Vorab: Ich hatte schonmal einen jungen Hund, habe also schon Erfahrung was die Erziehung der kleinen betrifft. Trotzdem ... jeder Hund ist anders.
1. Homer, ein Bordercollie-Mix, mein altes Baby (lebt jetzt glücklich bei meinem Ex) war ein richtiger Rabauke. Aber er war sehr schnell stubenrein.
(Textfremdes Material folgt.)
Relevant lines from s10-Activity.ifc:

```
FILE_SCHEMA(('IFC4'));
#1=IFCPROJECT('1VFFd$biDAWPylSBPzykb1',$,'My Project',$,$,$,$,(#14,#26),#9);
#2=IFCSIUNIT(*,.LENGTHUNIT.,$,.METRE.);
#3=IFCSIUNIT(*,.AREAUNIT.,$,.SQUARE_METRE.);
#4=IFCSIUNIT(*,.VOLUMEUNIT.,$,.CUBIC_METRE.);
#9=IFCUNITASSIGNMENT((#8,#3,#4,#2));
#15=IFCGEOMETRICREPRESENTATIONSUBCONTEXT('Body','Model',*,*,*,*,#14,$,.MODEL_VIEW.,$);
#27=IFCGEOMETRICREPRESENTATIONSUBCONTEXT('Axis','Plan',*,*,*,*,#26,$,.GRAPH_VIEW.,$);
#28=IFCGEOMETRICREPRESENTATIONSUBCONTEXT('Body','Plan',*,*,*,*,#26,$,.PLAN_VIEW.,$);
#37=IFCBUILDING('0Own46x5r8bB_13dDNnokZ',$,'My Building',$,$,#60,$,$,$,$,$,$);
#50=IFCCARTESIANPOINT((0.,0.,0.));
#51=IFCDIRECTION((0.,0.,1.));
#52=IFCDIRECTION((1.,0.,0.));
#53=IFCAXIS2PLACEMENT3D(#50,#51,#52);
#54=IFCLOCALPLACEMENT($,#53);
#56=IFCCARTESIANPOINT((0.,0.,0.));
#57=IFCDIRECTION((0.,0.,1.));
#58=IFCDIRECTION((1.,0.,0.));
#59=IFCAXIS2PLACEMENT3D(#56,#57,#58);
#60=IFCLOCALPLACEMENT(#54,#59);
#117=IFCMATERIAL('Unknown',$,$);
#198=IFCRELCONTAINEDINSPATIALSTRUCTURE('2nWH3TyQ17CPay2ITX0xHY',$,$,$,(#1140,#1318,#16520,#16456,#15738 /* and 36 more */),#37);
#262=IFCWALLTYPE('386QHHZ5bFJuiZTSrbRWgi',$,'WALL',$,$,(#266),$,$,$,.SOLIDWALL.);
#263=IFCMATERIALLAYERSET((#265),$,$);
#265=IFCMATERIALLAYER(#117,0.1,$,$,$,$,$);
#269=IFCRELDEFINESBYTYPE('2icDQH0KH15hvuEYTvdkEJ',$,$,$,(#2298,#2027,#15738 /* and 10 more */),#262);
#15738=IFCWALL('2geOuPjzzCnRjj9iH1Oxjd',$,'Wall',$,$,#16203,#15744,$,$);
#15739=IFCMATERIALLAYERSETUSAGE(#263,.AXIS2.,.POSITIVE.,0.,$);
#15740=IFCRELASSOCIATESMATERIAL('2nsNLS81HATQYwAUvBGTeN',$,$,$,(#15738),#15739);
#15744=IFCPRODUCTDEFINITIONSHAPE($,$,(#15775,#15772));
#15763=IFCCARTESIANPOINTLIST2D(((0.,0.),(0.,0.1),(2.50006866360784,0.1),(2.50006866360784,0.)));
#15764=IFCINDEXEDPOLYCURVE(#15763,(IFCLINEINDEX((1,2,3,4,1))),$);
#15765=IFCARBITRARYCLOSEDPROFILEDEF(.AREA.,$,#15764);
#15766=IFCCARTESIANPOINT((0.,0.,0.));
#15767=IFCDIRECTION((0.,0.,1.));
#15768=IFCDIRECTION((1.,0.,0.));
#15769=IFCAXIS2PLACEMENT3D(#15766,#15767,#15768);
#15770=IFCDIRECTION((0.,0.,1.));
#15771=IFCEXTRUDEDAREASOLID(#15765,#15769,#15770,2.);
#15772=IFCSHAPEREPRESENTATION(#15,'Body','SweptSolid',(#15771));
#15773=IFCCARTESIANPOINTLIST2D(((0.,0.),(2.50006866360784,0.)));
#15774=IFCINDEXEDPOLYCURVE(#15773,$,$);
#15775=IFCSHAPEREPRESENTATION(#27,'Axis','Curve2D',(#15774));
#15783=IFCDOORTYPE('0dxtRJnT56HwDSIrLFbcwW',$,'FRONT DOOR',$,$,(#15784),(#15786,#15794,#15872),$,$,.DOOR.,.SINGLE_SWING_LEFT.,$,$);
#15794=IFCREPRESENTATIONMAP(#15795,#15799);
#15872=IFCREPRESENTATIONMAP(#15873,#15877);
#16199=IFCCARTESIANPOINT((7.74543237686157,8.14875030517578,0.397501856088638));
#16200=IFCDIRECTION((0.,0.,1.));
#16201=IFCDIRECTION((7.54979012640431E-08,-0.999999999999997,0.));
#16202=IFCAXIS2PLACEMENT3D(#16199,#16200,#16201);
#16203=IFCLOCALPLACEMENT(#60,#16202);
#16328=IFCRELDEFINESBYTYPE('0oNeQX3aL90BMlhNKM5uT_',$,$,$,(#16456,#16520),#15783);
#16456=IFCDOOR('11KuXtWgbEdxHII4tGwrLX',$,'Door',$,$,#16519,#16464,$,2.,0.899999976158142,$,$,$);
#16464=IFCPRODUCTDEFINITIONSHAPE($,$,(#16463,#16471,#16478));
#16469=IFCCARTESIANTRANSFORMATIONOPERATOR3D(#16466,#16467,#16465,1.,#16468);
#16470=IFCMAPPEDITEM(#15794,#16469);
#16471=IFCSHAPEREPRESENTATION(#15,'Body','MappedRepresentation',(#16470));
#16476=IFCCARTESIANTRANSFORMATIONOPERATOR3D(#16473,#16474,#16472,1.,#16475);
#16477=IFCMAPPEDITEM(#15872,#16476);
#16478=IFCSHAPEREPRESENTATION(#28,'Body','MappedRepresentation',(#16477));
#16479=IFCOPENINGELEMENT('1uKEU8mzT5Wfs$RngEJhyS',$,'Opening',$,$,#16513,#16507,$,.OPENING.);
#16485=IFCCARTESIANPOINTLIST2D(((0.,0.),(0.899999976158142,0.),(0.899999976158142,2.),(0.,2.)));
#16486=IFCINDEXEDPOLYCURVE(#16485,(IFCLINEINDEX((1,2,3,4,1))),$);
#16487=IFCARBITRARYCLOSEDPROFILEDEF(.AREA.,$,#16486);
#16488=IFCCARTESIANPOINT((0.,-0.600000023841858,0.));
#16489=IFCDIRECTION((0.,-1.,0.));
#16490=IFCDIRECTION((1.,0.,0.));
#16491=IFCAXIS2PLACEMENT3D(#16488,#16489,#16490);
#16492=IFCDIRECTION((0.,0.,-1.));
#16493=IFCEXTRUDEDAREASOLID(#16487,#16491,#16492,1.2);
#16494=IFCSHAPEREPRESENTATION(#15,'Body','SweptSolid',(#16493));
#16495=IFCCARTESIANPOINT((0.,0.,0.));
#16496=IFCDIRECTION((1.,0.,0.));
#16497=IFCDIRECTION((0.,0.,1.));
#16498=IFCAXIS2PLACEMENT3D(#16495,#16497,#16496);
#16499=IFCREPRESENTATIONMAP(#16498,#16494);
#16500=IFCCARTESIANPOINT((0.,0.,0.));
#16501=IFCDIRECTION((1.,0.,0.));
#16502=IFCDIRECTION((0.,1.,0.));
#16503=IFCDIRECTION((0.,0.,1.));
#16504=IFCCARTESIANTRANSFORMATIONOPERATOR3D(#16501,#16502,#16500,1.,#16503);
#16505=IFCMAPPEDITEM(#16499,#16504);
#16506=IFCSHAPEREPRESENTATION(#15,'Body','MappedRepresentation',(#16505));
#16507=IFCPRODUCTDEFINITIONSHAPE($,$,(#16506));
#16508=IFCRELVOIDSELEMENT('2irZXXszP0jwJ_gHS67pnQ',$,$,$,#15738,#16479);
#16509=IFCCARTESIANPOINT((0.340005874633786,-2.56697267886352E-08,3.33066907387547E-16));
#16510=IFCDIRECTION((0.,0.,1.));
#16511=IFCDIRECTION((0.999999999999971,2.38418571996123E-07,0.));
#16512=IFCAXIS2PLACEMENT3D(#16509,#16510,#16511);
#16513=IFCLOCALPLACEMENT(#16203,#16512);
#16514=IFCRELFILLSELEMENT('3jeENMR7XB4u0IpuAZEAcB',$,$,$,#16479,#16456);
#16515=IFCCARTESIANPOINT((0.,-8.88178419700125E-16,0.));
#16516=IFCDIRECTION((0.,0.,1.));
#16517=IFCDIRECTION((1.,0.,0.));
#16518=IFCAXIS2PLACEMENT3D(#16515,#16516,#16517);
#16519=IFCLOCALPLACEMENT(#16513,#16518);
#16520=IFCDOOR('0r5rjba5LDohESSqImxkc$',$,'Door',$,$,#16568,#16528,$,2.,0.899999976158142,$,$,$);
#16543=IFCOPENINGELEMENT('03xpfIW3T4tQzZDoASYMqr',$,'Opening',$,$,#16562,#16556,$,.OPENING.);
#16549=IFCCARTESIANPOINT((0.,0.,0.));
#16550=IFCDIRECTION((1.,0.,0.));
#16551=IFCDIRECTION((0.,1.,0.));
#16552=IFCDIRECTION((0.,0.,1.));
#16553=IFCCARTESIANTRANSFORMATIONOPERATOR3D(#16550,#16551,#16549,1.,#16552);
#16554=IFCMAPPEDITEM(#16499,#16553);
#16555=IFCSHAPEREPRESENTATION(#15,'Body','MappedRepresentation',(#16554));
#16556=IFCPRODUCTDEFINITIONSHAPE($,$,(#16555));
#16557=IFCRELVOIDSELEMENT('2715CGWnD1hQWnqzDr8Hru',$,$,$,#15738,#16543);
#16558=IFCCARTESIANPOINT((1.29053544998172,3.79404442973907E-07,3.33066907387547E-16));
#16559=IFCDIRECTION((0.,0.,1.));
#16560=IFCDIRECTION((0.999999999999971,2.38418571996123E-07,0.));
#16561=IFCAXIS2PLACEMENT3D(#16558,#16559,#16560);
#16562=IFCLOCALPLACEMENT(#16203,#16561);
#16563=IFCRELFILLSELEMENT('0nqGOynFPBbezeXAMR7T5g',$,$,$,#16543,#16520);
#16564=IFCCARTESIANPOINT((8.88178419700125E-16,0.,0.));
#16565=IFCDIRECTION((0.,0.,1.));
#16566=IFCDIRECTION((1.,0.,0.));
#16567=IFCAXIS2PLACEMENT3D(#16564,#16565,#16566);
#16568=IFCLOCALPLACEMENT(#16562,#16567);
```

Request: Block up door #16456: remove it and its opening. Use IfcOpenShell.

```python
import ifcopenshell
import ifcopenshell.api.feature
import ifcopenshell.api.root
import ifcopenshell.geom
import ifcopenshell.util.shape

model = ifcopenshell.open("s10-Activity.ifc")
settings = ifcopenshell.geom.settings()


def volume(element):
    """Net volume in cubic metres, openings subtracted."""
    shape = ifcopenshell.geom.create_shape(settings, element)
    return ifcopenshell.util.shape.get_volume(shape.geometry)


door = model.by_guid("11KuXtWgbEdxHII4tGwrLX")
opening = door.FillsVoids[0].RelatingOpeningElement
wall = opening.VoidsElements[0].RelatingBuildingElement
before = volume(wall)

ifcopenshell.api.root.remove_product(model, product=door)
ifcopenshell.api.feature.remove_feature(model, feature=opening)

after = volume(wall)

print(f"wall volume {before:.3f} -> {after:.3f} m3")

model.write("s10-Activity_edited.ifc")
```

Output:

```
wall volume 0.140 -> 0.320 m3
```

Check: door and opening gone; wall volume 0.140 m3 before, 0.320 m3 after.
Unser neuer, Husky Yoggi (jetzt ca. 3,5 Monate alt, seit 4 Wochen bei uns) macht mir allerdings etwas Sorgen. Da ist ein letztes Tröpfchen ... Und das ist wirklich so. Er macht das super, meldet sich morgens wenn er muss, kommt an und meldet sich wenn er muss. Aber manchmal scheint er das einfach zu vergessen. Dann schaut er einen noch groß an und pieselt auf den Teppich ... Was kann ich da tun? Wieso rafft er es in 80 % der Fälle und manchmal nicht???2. Wir wollen dem kleinen beibringen ab und an etwas allein zu sein. Es gibt nämlich immer mal wieder Situationen wo der Kleine nicht immer mit kann. Diese Situation hat sich bei unserem Homer damals nicht so ergeben. Er war einfach immmer überall dabei

Naja aber Yoggi soll / muss das lernen. Denke das sollte jeder Hund können und mal mitmachen ...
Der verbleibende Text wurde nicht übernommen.